>>>

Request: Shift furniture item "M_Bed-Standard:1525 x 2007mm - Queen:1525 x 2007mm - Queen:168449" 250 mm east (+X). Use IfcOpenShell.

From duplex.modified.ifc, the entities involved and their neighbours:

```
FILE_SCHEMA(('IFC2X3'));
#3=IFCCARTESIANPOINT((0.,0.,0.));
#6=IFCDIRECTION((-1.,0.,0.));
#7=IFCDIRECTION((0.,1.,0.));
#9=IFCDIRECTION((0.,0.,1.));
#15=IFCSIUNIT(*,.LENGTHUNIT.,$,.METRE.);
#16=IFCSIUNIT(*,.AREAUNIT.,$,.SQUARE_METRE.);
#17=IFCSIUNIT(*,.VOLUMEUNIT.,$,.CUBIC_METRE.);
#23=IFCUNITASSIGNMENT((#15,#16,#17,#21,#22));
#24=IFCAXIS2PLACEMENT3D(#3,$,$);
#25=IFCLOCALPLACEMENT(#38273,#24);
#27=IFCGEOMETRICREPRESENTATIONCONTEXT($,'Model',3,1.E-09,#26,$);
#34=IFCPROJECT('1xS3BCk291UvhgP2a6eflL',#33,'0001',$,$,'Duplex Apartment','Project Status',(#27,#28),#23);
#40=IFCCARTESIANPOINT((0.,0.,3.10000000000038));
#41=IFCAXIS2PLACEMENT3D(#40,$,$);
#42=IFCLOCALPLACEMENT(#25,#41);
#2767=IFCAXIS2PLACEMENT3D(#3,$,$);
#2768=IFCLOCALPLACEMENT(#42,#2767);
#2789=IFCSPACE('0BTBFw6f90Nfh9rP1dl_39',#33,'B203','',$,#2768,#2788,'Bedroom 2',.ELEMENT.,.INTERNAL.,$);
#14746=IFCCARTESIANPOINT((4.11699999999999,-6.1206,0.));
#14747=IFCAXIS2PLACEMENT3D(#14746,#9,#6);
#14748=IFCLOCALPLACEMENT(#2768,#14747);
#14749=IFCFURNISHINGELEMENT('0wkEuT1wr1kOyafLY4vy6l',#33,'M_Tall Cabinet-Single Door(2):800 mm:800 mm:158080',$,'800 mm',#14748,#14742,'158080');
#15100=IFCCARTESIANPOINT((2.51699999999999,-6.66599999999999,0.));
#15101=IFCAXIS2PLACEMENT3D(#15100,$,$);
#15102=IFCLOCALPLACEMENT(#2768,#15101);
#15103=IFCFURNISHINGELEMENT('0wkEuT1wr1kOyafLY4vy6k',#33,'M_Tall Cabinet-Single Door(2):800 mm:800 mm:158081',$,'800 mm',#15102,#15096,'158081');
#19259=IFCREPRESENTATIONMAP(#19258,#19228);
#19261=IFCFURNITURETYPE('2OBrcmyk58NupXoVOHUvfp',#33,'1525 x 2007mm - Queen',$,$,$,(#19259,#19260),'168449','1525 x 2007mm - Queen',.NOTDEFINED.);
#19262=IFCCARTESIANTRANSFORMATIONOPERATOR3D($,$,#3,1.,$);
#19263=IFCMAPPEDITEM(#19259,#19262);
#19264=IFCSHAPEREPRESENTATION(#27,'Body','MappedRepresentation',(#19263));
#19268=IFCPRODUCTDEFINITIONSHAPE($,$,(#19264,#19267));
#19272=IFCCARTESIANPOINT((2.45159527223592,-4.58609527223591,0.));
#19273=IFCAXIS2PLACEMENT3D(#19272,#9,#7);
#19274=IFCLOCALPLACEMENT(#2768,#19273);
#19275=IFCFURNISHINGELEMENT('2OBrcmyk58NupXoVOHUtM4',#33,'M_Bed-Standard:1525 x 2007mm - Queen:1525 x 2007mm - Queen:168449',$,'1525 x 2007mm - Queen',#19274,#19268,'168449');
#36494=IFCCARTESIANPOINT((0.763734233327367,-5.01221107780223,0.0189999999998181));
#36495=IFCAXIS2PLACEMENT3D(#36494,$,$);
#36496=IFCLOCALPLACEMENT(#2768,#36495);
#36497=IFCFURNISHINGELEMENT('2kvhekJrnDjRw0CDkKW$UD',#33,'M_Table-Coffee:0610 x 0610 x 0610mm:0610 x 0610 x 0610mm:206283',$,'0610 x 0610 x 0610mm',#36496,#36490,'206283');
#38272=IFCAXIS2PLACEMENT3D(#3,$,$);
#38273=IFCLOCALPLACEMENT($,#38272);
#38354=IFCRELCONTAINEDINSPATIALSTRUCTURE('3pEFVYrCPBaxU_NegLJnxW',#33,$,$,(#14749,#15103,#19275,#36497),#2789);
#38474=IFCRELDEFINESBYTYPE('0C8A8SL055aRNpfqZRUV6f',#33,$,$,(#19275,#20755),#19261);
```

```python
import ifcopenshell
import ifcopenshell.api.geometry
import ifcopenshell.util.placement
import ifcopenshell.util.unit

model = ifcopenshell.open("duplex.modified.ifc")
unit_scale = ifcopenshell.util.unit.calculate_unit_scale(model)

item = model.by_guid("2OBrcmyk58NupXoVOHUtM4")
matrix = ifcopenshell.util.placement.get_local_placement(item.ObjectPlacement)
matrix[0, 3] += 0.25 / unit_scale
ifcopenshell.api.geometry.edit_object_placement(model, product=item, matrix=matrix, is_si=False)

print(ifcopenshell.util.placement.get_local_placement(item.ObjectPlacement).round(3) + 0.0)

model.write("duplex.modified_rev.ifc")
```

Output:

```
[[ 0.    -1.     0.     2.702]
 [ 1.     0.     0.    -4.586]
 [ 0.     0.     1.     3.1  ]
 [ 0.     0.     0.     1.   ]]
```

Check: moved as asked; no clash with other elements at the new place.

<<<

## TASK GOAL
The records shown earlier should all be returned verbatim.

## ANSWER TO THIS TASK
Request: Shift furniture item "M_Bed-Standard:1525 x 2007mm - Queen:1525 x 2007mm - Queen:168449" 250 mm east (+X). Use IfcOpenShell.

From duplex.modified.ifc, the entities involved and their neighbours:

```
FILE_SCHEMA(('IFC2X3'));
#3=IFCCARTESIANPOINT((0.,0.,0.));
#6=IFCDIRECTION((-1.,0.,0.));
#7=IFCDIRECTION((0.,1.,0.));
#9=IFCDIRECTION((0.,0.,1.));
#15=IFCSIUNIT(*,.LENGTHUNIT.,$,.METRE.);
#16=IFCSIUNIT(*,.AREAUNIT.,$,.SQUARE_METRE.);
#17=IFCSIUNIT(*,.VOLUMEUNIT.,$,.CUBIC_METRE.);
#23=IFCUNITASSIGNMENT((#15,#16,#17,#21,#22));
#24=IFCAXIS2PLACEMENT3D(#3,$,$);
#25=IFCLOCALPLACEMENT(#38273,#24);
#27=IFCGEOMETRICREPRESENTATIONCONTEXT($,'Model',3,1.E-09,#26,$);
#34=IFCPROJECT('1xS3BCk291UvhgP2a6eflL',#33,'0001',$,$,'Duplex Apartment','Project Status',(#27,#28),#23);
#40=IFCCARTESIANPOINT((0.,0.,3.10000000000038));
#41=IFCAXIS2PLACEMENT3D(#40,$,$);
#42=IFCLOCALPLACEMENT(#25,#41);
#2767=IFCAXIS2PLACEMENT3D(#3,$,$);
#2768=IFCLOCALPLACEMENT(#42,#2767);
#2789=IFCSPACE('0BTBFw6f90Nfh9rP1dl_39',#33,'B203','',$,#2768,#2788,'Bedroom 2',.ELEMENT.,.INTERNAL.,$);
#14746=IFCCARTESIANPOINT((4.11699999999999,-6.1206,0.));
#14747=IFCAXIS2PLACEMENT3D(#14746,#9,#6);
#14748=IFCLOCALPLACEMENT(#2768,#14747);
#14749=IFCFURNISHINGELEMENT('0wkEuT1wr1kOyafLY4vy6l',#33,'M_Tall Cabinet-Single Door(2):800 mm:800 mm:158080',$,'800 mm',#14748,#14742,'158080');
#15100=IFCCARTESIANPOINT((2.51699999999999,-6.66599999999999,0.));
#15101=IFCAXIS2PLACEMENT3D(#15100,$,$);
#15102=IFCLOCALPLACEMENT(#2768,#15101);
#15103=IFCFURNISHINGELEMENT('0wkEuT1wr1kOyafLY4vy6k',#33,'M_Tall Cabinet-Single Door(2):800 mm:800 mm:158081',$,'800 mm',#15102,#15096,'158081');
#19259=IFCREPRESENTATIONMAP(#19258,#19228);
#19261=IFCFURNITURETYPE('2OBrcmyk58NupXoVOHUvfp',#33,'1525 x 2007mm - Queen',$,$,$,(#19259,#19260),'168449','1525 x 2007mm - Queen',.NOTDEFINED.);
#19262=IFCCARTESIANTRANSFORMATIONOPERATOR3D($,$,#3,1.,$);
#19263=IFCMAPPEDITEM(#19259,#19262);
#19264=IFCSHAPEREPRESENTATION(#27,'Body','MappedRepresentation',(#19263));
#19268=IFCPRODUCTDEFINITIONSHAPE($,$,(#19264,#19267));
#19272=IFCCARTESIANPOINT((2.45159527223592,-4.58609527223591,0.));
#19273=IFCAXIS2PLACEMENT3D(#19272,#9,#7);
#19274=IFCLOCALPLACEMENT(#2768,#19273);
#19275=IFCFURNISHINGELEMENT('2OBrcmyk58NupXoVOHUtM4',#33,'M_Bed-Standard:1525 x 2007mm - Queen:1525 x 2007mm - Queen:168449',$,'1525 x 2007mm - Queen',#19274,#19268,'168449');
#36494=IFCCARTESIANPOINT((0.763734233327367,-5.01221107780223,0.0189999999998181));
#36495=IFCAXIS2PLACEMENT3D(#36494,$,$);
#36496=IFCLOCALPLACEMENT(#2768,#36495);
#36497=IFCFURNISHINGELEMENT('2kvhekJrnDjRw0CDkKW$UD',#33,'M_Table-Coffee:0610 x 0610 x 0610mm:0610 x 0610 x 0610mm:206283',$,'0610 x 0610 x 0610mm',#36496,#36490,'206283');
#38272=IFCAXIS2PLACEMENT3D(#3,$,$);
#38273=IFCLOCALPLACEMENT($,#38272);
#38354=IFCRELCONTAINEDINSPATIALSTRUCTURE('3pEFVYrCPBaxU_NegLJnxW',#33,$,$,(#14749,#15103,#19275,#36497),#2789);
#38474=IFCRELDEFINESBYTYPE('0C8A8SL055aRNpfqZRUV6f',#33,$,$,(#19275,#20755),#19261);
```

```python
import ifcopenshell
import ifcopenshell.api.geometry
import ifcopenshell.util.placement
import ifcopenshell.util.unit

model = ifcopenshell.open("duplex.modified.ifc")
unit_scale = ifcopenshell.util.unit.calculate_unit_scale(model)

item = model.by_guid("2OBrcmyk58NupXoVOHUtM4")
matrix = ifcopenshell.util.placement.get_local_placement(item.ObjectPlacement)
matrix[0, 3] += 0.25 / unit_scale
ifcopenshell.api.geometry.edit_object_placement(model, product=item, matrix=matrix, is_si=False)

print(ifcopenshell.util.placement.get_local_placement(item.ObjectPlacement).round(3) + 0.0)

model.write("duplex.modified_rev.ifc")
```

Output:

```
[[ 0.    -1.     0.     2.702]
 [ 1.     0.     0.    -4.586]
 [ 0.     0.     1.     3.1  ]
 [ 0.     0.     0.     1.   ]]
```

Check: moved as asked; no clash with other elements at the new place.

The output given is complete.